There are always components — databases being the most obvious — that don’t “belong” to any single Lambda. These require their own infrastructure scripts, which can impact all team members if they introduce unexpected changes.
In this approach, you separate build from deployment: build scripts upload your Lambda deployment bundles to S3, and deployment scripts reference those bundles. The bundles are named using a scheme that incorporates the application name, component, and version. This approach is similar to that used for deploying Docker images, and appears to be (based on tooling) the one that the Lambda development team had in mind.
All Lambdas must be built and deployed to S3 before the infrastructure can be deployed (although, see below, partial deployments are possible).
The artifacts remain available until you delete them from the bucket. This means that you can easily replicate the deployment.

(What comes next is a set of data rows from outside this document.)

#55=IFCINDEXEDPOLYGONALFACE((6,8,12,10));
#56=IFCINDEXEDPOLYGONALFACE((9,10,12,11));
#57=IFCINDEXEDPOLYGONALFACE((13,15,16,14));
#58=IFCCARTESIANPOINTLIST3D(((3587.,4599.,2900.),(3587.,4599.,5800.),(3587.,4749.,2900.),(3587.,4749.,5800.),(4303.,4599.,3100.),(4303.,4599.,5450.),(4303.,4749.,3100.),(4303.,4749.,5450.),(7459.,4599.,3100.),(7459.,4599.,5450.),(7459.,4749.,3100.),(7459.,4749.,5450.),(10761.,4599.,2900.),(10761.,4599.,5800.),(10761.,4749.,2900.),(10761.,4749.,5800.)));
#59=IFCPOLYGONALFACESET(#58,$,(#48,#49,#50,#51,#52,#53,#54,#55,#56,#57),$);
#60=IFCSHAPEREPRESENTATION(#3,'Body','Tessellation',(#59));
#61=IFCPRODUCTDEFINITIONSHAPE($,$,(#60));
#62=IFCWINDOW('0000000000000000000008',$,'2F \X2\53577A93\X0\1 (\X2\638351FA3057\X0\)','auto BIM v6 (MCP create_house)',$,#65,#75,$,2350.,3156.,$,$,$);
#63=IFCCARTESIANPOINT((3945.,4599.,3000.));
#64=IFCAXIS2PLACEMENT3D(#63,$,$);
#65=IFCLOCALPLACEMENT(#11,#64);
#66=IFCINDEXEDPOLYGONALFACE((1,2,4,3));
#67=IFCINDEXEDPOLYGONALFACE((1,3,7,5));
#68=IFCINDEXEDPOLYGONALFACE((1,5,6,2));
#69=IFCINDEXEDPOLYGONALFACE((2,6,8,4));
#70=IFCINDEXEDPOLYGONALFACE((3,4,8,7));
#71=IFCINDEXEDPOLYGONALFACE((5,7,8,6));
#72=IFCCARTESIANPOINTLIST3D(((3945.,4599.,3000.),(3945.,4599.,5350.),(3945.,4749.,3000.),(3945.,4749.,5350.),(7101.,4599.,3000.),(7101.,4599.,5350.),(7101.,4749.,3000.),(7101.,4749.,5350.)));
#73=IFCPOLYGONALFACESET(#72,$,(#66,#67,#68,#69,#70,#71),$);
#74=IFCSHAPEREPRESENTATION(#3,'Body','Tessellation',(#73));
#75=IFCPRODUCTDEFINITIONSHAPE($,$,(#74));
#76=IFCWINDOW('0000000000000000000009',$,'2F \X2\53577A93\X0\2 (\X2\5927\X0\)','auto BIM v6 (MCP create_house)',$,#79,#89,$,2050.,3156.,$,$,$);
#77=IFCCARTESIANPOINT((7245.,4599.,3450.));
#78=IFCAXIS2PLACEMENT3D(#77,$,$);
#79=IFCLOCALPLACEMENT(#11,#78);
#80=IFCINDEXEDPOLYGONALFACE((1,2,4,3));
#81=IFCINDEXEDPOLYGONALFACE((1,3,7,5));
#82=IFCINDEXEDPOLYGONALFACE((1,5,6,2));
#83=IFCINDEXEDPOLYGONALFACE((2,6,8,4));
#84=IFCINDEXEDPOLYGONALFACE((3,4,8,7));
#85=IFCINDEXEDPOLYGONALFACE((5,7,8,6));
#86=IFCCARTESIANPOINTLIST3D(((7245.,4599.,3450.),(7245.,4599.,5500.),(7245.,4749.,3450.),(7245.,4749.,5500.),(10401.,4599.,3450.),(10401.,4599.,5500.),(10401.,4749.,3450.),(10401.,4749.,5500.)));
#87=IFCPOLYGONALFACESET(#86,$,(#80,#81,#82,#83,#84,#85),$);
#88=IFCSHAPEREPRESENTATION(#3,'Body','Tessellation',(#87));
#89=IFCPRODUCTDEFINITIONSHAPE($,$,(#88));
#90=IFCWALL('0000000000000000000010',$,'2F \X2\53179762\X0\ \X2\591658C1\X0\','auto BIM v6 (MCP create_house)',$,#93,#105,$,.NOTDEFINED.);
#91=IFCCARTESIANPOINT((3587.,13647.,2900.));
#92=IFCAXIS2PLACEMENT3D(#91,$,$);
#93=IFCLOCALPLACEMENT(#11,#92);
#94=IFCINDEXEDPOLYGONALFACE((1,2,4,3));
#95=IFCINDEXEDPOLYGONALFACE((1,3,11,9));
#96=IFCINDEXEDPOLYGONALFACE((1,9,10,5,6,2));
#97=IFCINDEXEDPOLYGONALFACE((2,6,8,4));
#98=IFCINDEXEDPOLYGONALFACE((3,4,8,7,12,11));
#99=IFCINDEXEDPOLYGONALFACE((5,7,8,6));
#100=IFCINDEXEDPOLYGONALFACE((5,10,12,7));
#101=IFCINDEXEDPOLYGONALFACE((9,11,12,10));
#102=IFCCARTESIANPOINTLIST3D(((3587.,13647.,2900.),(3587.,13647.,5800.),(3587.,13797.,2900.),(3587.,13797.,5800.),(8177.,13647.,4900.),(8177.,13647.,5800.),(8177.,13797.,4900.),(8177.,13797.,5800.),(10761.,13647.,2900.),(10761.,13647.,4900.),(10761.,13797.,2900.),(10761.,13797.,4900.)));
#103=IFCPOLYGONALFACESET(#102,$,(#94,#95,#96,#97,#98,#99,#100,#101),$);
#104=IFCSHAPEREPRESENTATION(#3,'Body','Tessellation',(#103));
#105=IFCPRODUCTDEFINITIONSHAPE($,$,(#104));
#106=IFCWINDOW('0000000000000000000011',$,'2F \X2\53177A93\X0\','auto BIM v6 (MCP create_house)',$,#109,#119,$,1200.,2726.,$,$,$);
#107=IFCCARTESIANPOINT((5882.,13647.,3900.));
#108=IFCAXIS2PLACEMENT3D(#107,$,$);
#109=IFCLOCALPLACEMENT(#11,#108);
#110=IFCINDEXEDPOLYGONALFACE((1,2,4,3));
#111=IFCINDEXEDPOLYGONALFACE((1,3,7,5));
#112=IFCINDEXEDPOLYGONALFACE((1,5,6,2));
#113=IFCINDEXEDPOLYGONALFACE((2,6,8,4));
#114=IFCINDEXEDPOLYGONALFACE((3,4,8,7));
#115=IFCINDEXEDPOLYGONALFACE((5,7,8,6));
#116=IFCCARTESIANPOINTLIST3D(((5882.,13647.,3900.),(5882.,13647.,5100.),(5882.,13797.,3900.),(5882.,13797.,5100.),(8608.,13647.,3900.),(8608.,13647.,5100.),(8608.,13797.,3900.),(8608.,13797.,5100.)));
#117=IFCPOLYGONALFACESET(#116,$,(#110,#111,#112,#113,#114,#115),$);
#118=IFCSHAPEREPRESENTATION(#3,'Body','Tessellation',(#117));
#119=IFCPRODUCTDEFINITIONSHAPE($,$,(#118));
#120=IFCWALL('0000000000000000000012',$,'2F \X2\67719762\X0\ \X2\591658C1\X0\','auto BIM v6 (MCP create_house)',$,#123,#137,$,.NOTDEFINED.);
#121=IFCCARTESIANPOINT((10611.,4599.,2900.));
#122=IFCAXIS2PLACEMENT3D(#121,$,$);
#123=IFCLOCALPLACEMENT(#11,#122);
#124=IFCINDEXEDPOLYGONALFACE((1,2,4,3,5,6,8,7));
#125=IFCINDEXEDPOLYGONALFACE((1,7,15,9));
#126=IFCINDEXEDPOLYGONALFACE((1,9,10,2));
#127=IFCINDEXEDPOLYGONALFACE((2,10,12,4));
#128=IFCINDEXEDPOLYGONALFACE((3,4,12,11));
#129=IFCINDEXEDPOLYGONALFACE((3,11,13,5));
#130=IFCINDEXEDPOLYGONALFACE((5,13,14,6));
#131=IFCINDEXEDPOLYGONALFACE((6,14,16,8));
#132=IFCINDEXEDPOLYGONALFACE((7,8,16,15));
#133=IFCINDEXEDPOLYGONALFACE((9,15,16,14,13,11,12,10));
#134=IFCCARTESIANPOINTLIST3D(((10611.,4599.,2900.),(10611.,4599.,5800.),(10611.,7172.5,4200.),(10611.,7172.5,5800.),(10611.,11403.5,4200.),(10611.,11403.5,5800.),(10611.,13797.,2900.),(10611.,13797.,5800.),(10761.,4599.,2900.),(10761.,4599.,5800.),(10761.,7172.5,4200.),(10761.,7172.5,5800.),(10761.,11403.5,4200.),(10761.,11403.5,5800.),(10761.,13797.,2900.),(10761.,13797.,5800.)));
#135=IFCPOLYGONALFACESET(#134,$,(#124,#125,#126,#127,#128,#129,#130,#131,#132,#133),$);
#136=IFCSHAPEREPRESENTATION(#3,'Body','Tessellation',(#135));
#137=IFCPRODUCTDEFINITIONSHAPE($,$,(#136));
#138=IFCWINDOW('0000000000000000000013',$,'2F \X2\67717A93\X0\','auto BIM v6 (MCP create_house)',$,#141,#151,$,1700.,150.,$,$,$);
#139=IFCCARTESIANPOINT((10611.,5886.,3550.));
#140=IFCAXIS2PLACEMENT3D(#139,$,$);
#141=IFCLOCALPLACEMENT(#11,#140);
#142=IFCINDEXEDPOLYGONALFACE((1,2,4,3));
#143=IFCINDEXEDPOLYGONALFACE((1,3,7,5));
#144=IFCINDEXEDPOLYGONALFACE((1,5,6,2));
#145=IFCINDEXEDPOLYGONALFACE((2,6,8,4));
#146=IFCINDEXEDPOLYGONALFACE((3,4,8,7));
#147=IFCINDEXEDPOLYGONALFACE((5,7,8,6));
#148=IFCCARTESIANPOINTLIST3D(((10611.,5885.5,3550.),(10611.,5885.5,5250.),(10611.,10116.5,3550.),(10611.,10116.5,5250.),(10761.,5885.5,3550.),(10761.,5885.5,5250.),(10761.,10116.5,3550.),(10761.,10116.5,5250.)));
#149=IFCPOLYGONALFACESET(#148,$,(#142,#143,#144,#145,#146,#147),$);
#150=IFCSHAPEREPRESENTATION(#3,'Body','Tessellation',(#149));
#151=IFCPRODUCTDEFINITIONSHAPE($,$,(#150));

Requires a consistent naming strategy. This is, to be honest, a solved problem: the “group / artifact / version” scheme of Maven would work, as would the “bundle / version” scheme from Docker. How that translates into an S3 location is up to you, but I intentionally used slashes in the previous sentence.

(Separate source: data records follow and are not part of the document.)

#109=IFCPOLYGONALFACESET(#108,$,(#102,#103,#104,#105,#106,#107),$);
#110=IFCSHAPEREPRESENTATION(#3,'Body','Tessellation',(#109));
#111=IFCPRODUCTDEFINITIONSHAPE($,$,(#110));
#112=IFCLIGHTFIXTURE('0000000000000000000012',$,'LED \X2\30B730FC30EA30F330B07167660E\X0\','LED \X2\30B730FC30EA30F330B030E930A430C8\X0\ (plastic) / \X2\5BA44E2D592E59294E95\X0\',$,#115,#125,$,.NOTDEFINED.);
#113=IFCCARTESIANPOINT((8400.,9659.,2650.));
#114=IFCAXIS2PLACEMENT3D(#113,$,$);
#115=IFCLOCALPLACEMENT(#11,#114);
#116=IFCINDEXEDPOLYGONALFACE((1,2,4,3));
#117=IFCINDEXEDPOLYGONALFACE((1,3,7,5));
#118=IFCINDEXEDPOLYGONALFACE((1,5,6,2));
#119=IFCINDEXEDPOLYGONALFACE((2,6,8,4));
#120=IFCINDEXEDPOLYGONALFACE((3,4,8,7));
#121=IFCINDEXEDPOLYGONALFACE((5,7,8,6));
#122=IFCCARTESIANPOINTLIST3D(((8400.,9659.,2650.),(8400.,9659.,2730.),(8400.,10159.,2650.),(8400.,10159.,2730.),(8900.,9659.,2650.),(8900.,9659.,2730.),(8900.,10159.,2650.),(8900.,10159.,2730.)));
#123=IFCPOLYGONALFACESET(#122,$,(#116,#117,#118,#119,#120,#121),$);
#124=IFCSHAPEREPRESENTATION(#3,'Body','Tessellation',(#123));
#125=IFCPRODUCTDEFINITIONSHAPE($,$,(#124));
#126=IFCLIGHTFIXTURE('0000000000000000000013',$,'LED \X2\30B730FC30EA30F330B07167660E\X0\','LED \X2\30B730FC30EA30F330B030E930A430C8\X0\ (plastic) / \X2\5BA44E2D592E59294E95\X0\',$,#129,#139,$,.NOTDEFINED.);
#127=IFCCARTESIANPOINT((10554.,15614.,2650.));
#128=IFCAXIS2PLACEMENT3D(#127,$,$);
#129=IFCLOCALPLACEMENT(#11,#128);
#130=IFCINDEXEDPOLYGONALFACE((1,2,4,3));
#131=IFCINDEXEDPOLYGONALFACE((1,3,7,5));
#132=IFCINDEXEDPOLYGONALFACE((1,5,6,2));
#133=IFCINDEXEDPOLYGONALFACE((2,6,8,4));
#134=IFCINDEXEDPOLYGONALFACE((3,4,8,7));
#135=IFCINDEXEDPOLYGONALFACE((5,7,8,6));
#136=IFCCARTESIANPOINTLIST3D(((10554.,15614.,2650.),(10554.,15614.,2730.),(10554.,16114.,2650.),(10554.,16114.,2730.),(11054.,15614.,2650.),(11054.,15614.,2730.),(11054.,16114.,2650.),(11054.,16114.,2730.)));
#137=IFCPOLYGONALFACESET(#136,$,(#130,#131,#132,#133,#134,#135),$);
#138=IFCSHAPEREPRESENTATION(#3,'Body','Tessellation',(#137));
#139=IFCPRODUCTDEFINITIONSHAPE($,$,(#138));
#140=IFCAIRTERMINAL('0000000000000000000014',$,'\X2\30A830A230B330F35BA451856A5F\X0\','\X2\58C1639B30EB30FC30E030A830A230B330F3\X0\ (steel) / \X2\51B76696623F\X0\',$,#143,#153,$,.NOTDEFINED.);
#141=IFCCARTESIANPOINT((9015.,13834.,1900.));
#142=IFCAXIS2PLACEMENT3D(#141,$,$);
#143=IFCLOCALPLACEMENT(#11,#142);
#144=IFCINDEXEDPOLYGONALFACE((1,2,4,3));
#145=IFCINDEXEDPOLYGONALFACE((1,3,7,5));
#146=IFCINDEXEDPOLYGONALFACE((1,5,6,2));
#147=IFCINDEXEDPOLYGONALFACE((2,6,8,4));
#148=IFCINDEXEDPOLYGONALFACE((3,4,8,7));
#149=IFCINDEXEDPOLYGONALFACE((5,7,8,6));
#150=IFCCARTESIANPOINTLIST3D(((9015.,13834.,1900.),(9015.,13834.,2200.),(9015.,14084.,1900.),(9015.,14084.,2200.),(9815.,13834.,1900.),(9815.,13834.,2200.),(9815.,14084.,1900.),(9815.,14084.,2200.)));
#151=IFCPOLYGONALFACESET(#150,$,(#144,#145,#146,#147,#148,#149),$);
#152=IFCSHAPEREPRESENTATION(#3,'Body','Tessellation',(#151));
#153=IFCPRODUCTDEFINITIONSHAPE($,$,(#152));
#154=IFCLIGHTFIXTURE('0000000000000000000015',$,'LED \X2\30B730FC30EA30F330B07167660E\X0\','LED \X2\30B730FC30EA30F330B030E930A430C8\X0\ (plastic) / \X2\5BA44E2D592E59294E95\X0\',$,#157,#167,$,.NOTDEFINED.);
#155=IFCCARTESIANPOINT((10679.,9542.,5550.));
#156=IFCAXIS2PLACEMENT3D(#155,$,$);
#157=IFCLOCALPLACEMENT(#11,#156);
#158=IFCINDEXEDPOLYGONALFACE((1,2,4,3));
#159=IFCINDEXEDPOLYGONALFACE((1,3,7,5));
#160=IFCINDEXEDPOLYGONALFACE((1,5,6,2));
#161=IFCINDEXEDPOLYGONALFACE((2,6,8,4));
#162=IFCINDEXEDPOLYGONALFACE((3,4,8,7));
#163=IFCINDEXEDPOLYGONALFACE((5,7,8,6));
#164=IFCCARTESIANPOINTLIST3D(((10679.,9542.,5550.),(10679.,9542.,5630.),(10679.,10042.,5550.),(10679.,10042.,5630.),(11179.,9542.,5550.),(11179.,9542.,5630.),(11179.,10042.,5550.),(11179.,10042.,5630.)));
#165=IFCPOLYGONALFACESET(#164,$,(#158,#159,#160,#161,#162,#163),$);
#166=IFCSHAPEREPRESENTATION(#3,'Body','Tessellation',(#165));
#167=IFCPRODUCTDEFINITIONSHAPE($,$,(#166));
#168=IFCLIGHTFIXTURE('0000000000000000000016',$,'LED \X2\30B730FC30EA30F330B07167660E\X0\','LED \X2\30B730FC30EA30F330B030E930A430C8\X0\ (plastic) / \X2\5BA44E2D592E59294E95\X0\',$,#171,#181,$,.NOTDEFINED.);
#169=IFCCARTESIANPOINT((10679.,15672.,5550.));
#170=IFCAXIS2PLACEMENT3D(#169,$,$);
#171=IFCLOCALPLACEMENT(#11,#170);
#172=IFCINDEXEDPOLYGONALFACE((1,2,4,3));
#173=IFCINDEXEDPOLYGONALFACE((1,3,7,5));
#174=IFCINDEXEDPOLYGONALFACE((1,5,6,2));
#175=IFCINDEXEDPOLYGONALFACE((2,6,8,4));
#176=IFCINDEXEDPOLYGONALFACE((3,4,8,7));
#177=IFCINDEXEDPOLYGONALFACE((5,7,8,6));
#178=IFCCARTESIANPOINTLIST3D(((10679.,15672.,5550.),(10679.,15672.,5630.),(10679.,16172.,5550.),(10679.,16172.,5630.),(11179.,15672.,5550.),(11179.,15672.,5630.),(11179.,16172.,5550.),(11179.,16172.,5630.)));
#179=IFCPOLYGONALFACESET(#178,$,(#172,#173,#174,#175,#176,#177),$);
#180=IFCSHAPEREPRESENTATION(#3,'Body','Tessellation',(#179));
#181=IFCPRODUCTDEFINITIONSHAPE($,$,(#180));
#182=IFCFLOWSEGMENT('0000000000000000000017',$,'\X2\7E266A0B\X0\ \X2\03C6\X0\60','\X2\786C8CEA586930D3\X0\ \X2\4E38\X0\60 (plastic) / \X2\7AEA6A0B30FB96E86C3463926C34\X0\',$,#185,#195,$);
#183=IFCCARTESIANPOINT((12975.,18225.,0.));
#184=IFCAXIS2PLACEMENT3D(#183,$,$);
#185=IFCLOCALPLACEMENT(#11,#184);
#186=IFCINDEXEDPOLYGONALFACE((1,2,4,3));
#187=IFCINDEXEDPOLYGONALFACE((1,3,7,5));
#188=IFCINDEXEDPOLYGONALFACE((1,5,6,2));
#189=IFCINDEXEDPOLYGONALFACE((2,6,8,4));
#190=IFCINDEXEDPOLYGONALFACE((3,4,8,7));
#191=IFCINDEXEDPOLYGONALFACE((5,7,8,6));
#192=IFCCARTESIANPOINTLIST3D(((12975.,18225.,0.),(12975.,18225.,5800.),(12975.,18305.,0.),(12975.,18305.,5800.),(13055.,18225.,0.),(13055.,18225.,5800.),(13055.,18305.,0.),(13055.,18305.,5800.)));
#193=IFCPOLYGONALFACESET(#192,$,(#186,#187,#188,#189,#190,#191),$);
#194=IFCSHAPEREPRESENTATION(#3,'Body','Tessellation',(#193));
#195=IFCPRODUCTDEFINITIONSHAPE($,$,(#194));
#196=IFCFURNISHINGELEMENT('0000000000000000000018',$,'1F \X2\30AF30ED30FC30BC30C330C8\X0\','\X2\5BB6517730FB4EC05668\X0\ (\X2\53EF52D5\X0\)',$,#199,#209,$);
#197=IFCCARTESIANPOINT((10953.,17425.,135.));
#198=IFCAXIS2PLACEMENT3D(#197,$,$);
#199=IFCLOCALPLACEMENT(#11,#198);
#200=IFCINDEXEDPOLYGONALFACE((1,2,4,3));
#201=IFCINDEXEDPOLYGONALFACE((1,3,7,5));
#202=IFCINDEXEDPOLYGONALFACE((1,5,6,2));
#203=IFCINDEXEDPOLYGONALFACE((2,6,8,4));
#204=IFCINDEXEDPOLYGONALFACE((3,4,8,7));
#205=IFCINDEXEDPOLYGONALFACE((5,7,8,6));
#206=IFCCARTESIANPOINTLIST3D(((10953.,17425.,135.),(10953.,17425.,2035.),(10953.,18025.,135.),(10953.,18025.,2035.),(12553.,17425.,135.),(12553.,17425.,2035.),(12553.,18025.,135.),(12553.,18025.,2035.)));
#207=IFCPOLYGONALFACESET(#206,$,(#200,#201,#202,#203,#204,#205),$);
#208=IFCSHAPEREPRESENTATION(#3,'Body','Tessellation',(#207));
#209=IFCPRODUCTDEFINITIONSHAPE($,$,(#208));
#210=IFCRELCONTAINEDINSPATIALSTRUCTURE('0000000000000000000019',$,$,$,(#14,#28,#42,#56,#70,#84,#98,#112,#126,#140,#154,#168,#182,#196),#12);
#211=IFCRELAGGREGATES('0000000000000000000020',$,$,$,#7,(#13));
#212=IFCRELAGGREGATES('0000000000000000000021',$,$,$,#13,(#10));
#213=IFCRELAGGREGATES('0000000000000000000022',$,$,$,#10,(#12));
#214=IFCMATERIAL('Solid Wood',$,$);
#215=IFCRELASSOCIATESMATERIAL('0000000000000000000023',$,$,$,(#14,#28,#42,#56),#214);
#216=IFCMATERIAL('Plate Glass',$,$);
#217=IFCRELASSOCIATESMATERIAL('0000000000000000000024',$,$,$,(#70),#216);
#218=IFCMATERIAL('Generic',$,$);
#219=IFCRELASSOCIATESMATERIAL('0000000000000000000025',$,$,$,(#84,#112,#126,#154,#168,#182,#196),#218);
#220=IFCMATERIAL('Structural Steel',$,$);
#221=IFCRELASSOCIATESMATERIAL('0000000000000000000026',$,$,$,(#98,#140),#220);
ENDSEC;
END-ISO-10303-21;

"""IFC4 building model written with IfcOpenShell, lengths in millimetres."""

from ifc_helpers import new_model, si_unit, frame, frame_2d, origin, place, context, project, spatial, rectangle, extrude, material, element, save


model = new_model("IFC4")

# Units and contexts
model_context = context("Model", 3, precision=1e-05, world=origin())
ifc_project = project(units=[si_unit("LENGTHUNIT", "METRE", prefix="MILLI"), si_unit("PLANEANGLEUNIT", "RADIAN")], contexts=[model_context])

Requires a dedicated S3 bucket, and some thought about how it should be configured. Do you enable object lock or versioning, to avoid losing artifacts? Do you permit users to overwrite artifacts? The latter is extremely useful during development, but something you want to avoid for production releases. You should also give thought to who has permission to write to the bucket: all of your developers, or just the CI/CD pipeline?

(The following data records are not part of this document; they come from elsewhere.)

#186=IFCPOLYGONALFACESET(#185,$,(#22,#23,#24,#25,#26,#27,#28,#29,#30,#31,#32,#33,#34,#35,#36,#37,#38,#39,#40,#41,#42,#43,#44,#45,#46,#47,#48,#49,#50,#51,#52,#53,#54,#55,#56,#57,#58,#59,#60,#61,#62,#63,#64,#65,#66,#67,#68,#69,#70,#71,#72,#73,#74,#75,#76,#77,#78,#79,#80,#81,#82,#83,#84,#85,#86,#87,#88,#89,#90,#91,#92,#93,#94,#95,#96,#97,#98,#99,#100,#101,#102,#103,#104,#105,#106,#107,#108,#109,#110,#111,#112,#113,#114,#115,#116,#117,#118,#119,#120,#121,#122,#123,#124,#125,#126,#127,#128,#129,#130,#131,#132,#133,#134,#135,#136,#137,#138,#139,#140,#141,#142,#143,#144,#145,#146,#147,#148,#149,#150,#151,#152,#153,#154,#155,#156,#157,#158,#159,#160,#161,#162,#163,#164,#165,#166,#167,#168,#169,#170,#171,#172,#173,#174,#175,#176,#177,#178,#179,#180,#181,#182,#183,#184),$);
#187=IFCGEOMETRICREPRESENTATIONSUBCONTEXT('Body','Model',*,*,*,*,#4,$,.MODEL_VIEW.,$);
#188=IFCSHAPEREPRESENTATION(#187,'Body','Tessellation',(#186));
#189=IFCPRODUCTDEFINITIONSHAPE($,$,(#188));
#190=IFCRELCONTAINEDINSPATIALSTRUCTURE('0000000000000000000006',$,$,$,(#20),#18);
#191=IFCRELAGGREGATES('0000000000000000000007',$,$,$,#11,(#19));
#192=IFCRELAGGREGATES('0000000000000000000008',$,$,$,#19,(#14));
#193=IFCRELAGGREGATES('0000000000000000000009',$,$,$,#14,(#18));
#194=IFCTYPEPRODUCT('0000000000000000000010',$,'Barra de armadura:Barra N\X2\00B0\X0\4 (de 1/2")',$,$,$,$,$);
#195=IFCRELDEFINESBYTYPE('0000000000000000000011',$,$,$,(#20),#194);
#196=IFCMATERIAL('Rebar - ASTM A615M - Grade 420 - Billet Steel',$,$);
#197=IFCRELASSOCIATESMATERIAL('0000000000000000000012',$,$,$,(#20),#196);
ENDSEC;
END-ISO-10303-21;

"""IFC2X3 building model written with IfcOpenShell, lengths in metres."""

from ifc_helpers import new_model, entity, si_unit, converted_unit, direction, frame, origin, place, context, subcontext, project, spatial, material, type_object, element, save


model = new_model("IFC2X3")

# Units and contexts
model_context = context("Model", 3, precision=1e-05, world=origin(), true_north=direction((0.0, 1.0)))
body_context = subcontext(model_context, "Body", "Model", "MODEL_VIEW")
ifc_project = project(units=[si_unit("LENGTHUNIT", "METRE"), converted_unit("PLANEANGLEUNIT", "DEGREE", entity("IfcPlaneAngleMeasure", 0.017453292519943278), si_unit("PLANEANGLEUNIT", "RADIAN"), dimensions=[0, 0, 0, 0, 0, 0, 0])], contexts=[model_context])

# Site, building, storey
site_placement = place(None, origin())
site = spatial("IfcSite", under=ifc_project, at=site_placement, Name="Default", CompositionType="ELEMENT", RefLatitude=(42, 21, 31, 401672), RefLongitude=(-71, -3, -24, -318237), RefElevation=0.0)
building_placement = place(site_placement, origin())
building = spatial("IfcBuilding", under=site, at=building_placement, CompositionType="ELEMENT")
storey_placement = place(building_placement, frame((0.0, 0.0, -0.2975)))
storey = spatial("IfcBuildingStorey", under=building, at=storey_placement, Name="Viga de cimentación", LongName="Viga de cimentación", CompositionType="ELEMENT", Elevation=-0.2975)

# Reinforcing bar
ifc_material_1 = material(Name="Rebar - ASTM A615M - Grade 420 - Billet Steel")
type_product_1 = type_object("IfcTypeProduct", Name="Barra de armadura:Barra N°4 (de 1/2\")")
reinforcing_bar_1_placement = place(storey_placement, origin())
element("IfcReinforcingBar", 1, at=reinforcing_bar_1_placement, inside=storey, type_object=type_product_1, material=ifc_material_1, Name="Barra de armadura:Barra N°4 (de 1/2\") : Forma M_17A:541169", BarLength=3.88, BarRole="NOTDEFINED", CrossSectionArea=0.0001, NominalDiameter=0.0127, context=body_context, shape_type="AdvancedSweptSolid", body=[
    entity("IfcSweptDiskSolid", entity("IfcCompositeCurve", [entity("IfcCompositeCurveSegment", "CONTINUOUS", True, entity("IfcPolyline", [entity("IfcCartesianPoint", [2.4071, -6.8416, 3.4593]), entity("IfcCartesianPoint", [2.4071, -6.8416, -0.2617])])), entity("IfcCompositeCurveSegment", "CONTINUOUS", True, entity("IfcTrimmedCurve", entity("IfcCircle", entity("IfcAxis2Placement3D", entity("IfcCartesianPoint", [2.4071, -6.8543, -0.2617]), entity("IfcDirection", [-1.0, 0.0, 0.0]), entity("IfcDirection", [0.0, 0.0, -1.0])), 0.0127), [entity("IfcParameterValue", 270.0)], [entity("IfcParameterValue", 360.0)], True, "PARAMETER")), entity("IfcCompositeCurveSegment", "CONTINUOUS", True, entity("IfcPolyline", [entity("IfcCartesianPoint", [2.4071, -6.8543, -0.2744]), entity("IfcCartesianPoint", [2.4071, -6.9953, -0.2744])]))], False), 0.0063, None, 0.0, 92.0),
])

Not to belabor the point, but S3 is a really clunky way to manage artifacts, because the rules for accessing the bucket are entirely in the hands of users. Repository managers, including Amazon’s CodeArtifact, already provide a solution to this problem but can’t be used to deploy Lambdas. I can only hope that the tooling (CloudFormation and Terraform) evolves to use them.
At present, you must keep your S3 bucket in the same region as the deployed Lambda. For a multi-region deployment, you need to replicate the bucket.
The shared infrastructure script means that developers can still step on each other, changing non-Lambda components that other Lambdas depend upon.
The guarantee of “All Lambdas must be built and available before the deployment can run” doesn’t apply to Terraform, which will update those Lambdas with deployment bundles in S3, and then fail when it discovers a Lambda whose bundle is missing. CloudFormation is better in this respect: it will roll back the entire update if it can’t find the deployment bundle.
Whichever approach you choose, use an Alias
However you deploy your Lambdas, you don’t want to blindly overwrite whatever is already running. Well, maybe you’re OK with that in development, but definitely not in production. One way to avoid mistakes is a Lambda Alias.
By default, Lambda functions aren’t versioned. More correctly, they are always at the “LATEST” version, and when you update the function’s code, the new deployment becomes “LATEST” and the previous deployment is lost. However, you can publish the function, creating a numbered version that will be retained until you explicitly delete it.
All well and good, but what about aliases? The answer is that an alias refers to a specific Lambda version, and anything that refers to a Lambda function directly can refer to an alias instead. Publishing a new version of the function doesn’t change the alias, so anything that references the alias still uses the old function. When you’re ready, you update the alias to point to the new version.
As I said at the top, there’s not one right answer. I’m currently working on a project that started out as one big deployment, was broken into micro-deployments, and I think may evolve into using an S3 repository. The goal should be to find something that works for all of your developers, or at least is least-disliked by all of your developers (because finding two developers that agree on deployment practices is next to impossible).